• YOUR GOAL: Copy each line of the records below, from the first through the one that contains "#61=IFCINDEXEDPOLYGONALFACE((1,2,4,3));", exactly as written.

• SOURCE DATA:

--- START ---

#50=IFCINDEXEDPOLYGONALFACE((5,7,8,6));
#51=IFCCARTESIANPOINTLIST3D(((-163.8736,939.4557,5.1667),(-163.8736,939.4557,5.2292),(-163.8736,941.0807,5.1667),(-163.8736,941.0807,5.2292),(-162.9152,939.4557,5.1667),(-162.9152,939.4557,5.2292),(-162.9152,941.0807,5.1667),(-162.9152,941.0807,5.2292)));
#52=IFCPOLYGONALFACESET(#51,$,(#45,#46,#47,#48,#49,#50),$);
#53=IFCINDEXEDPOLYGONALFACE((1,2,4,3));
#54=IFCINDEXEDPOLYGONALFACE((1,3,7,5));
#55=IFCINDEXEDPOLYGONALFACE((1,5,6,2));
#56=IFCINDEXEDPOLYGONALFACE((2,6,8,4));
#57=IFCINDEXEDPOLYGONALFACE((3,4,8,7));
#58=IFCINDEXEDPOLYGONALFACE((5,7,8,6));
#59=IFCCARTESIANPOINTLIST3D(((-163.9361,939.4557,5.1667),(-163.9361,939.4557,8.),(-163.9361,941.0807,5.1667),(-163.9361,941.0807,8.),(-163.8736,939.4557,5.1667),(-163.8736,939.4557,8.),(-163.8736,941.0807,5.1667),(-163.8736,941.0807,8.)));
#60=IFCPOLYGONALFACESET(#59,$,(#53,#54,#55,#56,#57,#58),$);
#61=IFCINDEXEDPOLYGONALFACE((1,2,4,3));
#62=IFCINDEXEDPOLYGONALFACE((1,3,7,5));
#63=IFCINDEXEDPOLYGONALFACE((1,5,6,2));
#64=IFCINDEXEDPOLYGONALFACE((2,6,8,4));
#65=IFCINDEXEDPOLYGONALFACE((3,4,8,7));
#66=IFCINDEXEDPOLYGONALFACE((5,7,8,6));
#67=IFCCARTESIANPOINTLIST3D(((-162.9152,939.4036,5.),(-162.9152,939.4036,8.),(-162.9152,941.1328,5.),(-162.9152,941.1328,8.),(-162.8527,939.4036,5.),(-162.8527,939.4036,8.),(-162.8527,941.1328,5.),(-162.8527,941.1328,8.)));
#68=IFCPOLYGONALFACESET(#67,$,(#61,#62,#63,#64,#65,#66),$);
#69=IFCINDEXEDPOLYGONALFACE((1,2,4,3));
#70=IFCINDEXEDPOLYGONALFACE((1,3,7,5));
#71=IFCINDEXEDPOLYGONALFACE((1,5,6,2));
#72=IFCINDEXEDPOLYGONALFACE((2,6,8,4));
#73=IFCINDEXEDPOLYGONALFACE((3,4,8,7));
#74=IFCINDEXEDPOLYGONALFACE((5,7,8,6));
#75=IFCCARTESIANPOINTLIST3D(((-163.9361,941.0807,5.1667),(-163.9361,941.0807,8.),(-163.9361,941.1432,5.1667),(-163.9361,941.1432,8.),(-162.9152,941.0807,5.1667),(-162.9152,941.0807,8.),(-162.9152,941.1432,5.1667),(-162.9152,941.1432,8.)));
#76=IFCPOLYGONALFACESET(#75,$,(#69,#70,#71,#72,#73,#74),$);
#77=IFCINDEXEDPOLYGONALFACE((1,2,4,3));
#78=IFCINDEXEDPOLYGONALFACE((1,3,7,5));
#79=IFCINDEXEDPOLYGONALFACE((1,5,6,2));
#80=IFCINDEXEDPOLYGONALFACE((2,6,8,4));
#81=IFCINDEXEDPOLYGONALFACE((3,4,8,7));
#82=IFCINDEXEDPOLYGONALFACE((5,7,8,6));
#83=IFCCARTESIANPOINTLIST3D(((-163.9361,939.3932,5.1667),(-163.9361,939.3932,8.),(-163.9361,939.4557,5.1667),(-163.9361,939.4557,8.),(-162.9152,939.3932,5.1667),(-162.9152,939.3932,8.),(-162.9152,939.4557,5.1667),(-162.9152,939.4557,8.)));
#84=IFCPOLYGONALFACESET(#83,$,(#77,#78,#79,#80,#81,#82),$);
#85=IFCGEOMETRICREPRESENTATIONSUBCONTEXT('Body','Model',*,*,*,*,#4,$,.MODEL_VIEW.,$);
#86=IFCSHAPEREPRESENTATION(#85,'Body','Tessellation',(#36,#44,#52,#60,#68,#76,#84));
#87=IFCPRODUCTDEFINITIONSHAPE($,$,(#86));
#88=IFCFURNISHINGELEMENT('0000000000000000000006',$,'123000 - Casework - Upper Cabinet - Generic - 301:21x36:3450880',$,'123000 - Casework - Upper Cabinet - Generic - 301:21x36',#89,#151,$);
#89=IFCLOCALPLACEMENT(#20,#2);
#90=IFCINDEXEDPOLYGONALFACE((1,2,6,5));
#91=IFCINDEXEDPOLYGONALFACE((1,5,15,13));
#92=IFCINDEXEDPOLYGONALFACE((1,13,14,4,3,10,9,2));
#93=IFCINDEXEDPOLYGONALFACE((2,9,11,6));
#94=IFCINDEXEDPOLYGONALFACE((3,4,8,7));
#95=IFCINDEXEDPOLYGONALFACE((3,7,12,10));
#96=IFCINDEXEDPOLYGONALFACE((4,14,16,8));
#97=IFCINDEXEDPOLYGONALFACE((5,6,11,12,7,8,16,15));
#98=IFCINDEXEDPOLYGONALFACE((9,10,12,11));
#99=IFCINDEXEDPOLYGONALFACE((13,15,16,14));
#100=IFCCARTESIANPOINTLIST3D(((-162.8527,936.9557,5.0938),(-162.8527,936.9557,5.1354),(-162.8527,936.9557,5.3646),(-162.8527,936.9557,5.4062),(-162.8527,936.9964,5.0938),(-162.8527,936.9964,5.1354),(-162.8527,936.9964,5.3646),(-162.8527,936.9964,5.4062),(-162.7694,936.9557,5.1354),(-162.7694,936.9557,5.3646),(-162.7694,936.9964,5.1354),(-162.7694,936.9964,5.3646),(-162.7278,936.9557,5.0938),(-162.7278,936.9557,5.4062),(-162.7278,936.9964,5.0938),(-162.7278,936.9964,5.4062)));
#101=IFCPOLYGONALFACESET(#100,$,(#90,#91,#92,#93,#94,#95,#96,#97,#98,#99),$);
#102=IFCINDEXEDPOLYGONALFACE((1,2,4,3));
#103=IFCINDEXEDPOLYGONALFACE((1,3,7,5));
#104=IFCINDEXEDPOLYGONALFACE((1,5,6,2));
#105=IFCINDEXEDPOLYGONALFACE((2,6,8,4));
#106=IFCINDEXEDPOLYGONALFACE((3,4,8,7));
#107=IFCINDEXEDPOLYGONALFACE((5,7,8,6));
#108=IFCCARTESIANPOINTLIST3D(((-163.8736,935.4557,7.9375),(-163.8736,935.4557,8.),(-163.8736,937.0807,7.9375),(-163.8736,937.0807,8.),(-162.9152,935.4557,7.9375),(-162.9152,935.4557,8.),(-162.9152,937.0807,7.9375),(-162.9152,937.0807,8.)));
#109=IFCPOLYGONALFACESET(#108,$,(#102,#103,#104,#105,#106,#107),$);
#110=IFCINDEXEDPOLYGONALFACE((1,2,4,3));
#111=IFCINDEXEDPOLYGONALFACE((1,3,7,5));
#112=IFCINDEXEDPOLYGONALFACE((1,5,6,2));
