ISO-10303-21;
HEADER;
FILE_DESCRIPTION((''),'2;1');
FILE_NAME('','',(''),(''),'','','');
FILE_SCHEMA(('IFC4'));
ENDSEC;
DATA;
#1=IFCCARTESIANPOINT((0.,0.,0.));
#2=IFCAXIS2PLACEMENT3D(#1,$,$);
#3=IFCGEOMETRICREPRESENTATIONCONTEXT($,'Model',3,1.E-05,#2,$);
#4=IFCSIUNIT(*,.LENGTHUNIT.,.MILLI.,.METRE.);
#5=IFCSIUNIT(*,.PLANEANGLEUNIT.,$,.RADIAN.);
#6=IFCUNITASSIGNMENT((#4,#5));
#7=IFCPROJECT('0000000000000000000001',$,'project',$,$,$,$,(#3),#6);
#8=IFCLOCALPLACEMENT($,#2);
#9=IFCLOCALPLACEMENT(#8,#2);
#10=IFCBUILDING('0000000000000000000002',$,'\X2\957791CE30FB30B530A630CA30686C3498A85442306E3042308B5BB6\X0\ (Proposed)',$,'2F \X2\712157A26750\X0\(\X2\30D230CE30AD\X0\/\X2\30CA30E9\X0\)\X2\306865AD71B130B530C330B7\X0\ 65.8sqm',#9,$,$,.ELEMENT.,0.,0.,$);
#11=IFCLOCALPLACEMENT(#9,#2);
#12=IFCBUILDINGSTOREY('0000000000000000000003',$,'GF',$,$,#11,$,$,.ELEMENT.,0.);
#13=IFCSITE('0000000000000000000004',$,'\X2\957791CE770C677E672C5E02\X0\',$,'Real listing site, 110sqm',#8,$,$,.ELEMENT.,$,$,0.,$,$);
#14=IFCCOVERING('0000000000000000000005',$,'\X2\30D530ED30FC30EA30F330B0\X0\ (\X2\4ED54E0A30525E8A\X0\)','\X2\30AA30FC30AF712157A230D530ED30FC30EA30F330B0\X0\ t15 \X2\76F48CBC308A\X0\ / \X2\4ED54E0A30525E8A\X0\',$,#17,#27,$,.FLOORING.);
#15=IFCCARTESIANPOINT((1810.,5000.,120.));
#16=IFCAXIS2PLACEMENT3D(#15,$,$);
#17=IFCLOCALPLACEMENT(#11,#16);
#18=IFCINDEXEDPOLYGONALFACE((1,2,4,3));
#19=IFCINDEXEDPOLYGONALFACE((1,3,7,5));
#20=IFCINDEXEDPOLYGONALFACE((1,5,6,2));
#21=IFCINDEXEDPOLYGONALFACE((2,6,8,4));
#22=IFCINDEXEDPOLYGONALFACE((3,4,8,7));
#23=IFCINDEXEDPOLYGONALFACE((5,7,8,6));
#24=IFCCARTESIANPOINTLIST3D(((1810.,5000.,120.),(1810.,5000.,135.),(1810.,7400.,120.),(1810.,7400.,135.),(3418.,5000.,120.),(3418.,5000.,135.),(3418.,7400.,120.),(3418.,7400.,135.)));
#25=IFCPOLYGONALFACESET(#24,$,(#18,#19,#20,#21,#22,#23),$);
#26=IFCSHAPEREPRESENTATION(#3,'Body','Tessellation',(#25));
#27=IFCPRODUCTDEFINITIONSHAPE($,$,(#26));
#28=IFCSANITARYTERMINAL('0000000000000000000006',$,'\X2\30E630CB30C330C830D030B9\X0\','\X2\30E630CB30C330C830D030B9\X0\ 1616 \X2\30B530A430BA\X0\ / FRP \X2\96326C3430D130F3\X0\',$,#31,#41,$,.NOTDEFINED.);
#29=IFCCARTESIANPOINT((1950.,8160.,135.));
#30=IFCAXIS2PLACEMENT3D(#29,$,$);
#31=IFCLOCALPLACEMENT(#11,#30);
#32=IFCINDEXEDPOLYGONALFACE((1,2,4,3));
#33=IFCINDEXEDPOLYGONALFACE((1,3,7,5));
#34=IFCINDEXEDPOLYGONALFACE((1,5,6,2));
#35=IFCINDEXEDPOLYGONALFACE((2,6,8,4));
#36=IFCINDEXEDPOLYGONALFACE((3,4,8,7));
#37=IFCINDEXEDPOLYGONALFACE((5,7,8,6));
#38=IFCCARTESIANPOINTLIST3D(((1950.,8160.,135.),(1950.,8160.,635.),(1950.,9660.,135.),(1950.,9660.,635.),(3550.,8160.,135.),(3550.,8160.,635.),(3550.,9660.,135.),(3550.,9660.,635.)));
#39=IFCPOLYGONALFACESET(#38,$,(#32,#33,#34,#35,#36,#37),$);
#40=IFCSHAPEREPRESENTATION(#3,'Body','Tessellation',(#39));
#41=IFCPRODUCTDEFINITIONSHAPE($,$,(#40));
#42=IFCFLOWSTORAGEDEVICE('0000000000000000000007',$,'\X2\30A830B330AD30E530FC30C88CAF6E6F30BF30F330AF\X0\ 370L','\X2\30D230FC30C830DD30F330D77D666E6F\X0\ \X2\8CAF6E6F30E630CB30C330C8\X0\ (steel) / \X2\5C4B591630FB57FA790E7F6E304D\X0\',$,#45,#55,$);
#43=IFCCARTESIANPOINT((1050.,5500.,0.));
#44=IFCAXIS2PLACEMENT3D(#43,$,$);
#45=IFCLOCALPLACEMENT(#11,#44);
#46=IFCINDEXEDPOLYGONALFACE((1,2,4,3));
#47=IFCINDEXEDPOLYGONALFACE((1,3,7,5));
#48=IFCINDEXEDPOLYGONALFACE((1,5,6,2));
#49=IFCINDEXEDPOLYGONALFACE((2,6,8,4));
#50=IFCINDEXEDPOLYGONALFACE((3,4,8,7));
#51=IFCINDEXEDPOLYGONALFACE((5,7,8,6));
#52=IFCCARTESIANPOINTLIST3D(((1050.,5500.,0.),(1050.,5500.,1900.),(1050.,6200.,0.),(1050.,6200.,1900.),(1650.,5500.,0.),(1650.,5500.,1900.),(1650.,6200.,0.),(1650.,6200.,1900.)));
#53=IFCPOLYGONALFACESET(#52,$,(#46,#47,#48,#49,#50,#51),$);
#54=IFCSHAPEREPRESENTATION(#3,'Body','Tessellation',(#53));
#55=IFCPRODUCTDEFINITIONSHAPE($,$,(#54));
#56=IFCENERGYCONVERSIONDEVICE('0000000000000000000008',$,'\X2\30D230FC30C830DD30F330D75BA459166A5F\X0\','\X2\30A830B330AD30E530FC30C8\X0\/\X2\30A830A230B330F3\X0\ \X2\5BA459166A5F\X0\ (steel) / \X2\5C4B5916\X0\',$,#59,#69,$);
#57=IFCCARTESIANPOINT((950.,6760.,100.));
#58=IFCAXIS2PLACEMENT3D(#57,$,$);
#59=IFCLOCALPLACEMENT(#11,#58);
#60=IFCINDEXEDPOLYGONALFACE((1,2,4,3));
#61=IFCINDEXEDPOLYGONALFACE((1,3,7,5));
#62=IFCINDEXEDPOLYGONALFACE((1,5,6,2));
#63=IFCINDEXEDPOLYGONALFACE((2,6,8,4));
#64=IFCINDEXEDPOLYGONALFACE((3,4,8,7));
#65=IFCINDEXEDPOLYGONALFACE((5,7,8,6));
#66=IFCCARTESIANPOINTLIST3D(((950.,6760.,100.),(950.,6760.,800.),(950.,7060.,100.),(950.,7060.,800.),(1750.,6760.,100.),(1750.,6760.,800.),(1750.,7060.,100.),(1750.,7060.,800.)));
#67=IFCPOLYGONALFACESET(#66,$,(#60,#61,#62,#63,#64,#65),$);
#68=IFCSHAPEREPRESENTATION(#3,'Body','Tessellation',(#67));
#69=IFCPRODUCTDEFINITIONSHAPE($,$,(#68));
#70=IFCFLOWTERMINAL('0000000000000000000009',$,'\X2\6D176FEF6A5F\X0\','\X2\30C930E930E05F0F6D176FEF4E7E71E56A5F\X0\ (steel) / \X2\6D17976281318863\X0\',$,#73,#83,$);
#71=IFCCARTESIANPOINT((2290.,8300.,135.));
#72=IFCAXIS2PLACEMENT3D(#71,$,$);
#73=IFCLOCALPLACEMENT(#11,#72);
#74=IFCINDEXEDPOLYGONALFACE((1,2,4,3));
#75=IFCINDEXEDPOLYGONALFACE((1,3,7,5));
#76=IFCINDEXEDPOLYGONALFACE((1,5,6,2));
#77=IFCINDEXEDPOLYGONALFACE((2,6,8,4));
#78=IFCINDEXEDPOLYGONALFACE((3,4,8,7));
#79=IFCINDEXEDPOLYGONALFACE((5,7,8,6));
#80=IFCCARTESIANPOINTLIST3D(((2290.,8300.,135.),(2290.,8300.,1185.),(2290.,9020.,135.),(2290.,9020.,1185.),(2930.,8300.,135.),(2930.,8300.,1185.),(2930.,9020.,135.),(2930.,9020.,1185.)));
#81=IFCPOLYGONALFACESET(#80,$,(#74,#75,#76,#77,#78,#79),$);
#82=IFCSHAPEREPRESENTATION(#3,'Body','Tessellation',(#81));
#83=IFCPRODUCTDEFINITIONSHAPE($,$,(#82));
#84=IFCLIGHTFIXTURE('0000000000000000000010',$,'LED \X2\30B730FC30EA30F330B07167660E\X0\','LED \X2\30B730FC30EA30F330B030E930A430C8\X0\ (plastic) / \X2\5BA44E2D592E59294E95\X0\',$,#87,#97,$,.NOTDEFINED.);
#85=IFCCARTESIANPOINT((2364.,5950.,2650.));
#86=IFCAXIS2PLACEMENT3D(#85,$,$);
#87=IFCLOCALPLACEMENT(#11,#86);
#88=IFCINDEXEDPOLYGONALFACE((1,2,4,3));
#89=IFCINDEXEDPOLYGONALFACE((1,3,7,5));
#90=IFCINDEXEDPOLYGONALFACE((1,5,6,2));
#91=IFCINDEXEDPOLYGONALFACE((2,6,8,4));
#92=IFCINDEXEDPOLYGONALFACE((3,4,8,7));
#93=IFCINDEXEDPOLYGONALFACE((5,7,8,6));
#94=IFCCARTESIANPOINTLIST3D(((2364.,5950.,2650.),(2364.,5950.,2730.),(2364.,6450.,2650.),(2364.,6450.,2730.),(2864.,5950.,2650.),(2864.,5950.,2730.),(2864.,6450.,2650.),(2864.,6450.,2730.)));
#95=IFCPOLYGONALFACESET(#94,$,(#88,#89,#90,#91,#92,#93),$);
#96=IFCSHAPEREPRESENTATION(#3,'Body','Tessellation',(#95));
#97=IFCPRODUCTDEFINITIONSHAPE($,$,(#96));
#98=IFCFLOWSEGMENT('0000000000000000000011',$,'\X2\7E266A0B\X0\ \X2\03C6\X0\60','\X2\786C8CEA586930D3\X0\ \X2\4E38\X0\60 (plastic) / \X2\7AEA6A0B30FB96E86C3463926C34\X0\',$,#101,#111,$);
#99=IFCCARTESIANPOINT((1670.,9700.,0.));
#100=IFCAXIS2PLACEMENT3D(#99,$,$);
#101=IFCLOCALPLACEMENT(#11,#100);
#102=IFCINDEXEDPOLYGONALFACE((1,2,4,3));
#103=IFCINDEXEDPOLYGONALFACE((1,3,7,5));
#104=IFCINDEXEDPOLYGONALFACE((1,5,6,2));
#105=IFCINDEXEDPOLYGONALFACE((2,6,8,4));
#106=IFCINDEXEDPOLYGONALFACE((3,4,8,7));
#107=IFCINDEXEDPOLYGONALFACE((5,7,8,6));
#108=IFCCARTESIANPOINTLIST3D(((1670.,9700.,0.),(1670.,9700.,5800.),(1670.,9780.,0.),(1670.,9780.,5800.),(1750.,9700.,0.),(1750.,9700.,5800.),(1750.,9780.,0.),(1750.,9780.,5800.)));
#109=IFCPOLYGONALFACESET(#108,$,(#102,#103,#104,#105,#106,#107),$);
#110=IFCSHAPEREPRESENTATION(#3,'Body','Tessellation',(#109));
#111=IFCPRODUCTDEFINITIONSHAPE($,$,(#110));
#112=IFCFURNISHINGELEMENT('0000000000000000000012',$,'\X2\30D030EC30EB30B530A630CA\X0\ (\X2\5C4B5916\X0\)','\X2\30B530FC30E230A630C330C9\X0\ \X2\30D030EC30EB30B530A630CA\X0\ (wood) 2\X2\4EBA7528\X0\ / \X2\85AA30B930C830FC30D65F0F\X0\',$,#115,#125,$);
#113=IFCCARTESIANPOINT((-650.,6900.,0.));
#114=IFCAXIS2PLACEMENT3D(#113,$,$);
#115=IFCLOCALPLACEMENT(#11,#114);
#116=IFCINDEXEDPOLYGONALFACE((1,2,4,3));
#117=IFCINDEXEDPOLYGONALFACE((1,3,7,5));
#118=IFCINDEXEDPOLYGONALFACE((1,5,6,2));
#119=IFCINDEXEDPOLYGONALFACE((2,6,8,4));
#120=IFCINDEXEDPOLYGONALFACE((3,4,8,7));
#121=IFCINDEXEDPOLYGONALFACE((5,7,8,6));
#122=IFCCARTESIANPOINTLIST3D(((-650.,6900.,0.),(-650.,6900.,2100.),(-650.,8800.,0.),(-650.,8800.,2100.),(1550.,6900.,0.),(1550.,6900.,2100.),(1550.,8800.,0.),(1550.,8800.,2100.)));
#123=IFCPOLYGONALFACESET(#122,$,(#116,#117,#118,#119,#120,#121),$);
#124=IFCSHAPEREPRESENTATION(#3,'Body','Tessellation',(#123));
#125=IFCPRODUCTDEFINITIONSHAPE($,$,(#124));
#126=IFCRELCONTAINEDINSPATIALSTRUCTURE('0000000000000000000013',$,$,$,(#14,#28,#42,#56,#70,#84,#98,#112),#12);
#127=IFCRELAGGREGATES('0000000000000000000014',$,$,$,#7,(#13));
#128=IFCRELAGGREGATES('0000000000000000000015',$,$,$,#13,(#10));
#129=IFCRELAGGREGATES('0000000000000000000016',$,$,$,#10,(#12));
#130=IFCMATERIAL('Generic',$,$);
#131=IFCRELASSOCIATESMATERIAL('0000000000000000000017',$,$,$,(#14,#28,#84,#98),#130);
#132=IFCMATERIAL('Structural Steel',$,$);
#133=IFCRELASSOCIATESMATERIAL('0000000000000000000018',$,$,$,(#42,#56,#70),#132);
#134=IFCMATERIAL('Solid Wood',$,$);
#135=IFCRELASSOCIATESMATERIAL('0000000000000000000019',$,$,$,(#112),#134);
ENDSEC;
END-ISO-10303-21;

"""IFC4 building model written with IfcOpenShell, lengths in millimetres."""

from ifc_helpers import new_model, si_unit, frame, frame_2d, origin, place, context, project, spatial, rectangle, extrude, material, element, save


model = new_model("IFC4")

# Units and contexts
model_context = context("Model", 3, precision=1e-05, world=origin())
ifc_project = project(units=[si_unit("LENGTHUNIT", "METRE", prefix="MILLI"), si_unit("PLANEANGLEUNIT", "RADIAN")], contexts=[model_context])

# Site, building, storey
site_placement = place(None, origin())
site = spatial("IfcSite", under=ifc_project, at=site_placement, Name="長野県松本市", ObjectType="Real listing site, 110sqm", CompositionType="ELEMENT", RefElevation=0.0)
building_placement = place(site_placement, origin())
building = spatial("IfcBuilding", under=site, at=building_placement, Name="長野・サウナと水風呂のある家 (Proposed)", ObjectType="2F 無垢材(ヒノキ/ナラ)と断熱サッシ 65.8sqm", CompositionType="ELEMENT", ElevationOfRefHeight=0.0, ElevationOfTerrain=0.0)
storey_placement = place(building_placement, origin())
storey = spatial("IfcBuildingStorey", under=building, at=storey_placement, Name="GF", CompositionType="ELEMENT", Elevation=0.0)

# Shared definitions
ifc_material_1 = material(Name="Solid Wood")

# Covering
ifc_material_2 = material(Name="Generic")
covering_1_placement = place(storey_placement, frame((1810.0, 5000.0, 120.0)))
element("IfcCovering", 1, at=covering_1_placement, inside=storey, material=ifc_material_2, Name="フローリング (仕上げ床)", Description="オーク無垢フローリング t15 直貼り / 仕上げ床", PredefinedType="FLOORING", context=model_context, shape_type="SweptSolid", body=[
    extrude(rectangle(XDim=1608.0, YDim=2400.0, at=frame_2d((804.0, 1200.0))), frame((1810.0, 5000.0, 120.0)), (0.0, 0.0, 1.0), 15.0),
])

# Sanitary terminal
sanitary_terminal_placement = place(storey_placement, frame((1950.0, 8160.0, 135.0)))
element("IfcSanitaryTerminal", 2, at=sanitary_terminal_placement, inside=storey, material=ifc_material_2, Name="ユニットバス", Description="ユニットバス 1616 サイズ / FRP 防水パン", PredefinedType="NOTDEFINED", context=model_context, shape_type="SweptSolid", body=[
    extrude(rectangle(XDim=1600.0, YDim=1500.0, at=frame_2d((800.0, 750.0))), frame((1950.0, 8160.0, 135.0)), (0.0, 0.0, 1.0), 500.0),
])

# Flow storage device
ifc_material_3 = material(Name="Structural Steel")
flow_storage_device_placement = place(storey_placement, frame((1050.0, 5500.0, 0.0)))
element("IfcFlowStorageDevice", 3, at=flow_storage_device_placement, inside=storey, material=ifc_material_3, Name="エコキュート貯湯タンク 370L", Description="ヒートポンプ給湯 貯湯ユニット (steel) / 屋外・基礎置き", context=model_context, shape_type="SweptSolid", body=[
    extrude(rectangle(XDim=600.0, YDim=700.0, at=frame_2d((300.0, 350.0))), frame((1050.0, 5500.0, 0.0)), (0.0, 0.0, 1.0), 1900.0),
])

--- END ---

• REPLY:
#50=IFCINDEXEDPOLYGONALFACE((5,7,8,6));
#51=IFCCARTESIANPOINTLIST3D(((-163.8736,939.4557,5.1667),(-163.8736,939.4557,5.2292),(-163.8736,941.0807,5.1667),(-163.8736,941.0807,5.2292),(-162.9152,939.4557,5.1667),(-162.9152,939.4557,5.2292),(-162.9152,941.0807,5.1667),(-162.9152,941.0807,5.2292)));
#52=IFCPOLYGONALFACESET(#51,$,(#45,#46,#47,#48,#49,#50),$);
#53=IFCINDEXEDPOLYGONALFACE((1,2,4,3));
#54=IFCINDEXEDPOLYGONALFACE((1,3,7,5));
#55=IFCINDEXEDPOLYGONALFACE((1,5,6,2));
#56=IFCINDEXEDPOLYGONALFACE((2,6,8,4));
#57=IFCINDEXEDPOLYGONALFACE((3,4,8,7));
#58=IFCINDEXEDPOLYGONALFACE((5,7,8,6));
#59=IFCCARTESIANPOINTLIST3D(((-163.9361,939.4557,5.1667),(-163.9361,939.4557,8.),(-163.9361,941.0807,5.1667),(-163.9361,941.0807,8.),(-163.8736,939.4557,5.1667),(-163.8736,939.4557,8.),(-163.8736,941.0807,5.1667),(-163.8736,941.0807,8.)));
#60=IFCPOLYGONALFACESET(#59,$,(#53,#54,#55,#56,#57,#58),$);
#61=IFCINDEXEDPOLYGONALFACE((1,2,4,3));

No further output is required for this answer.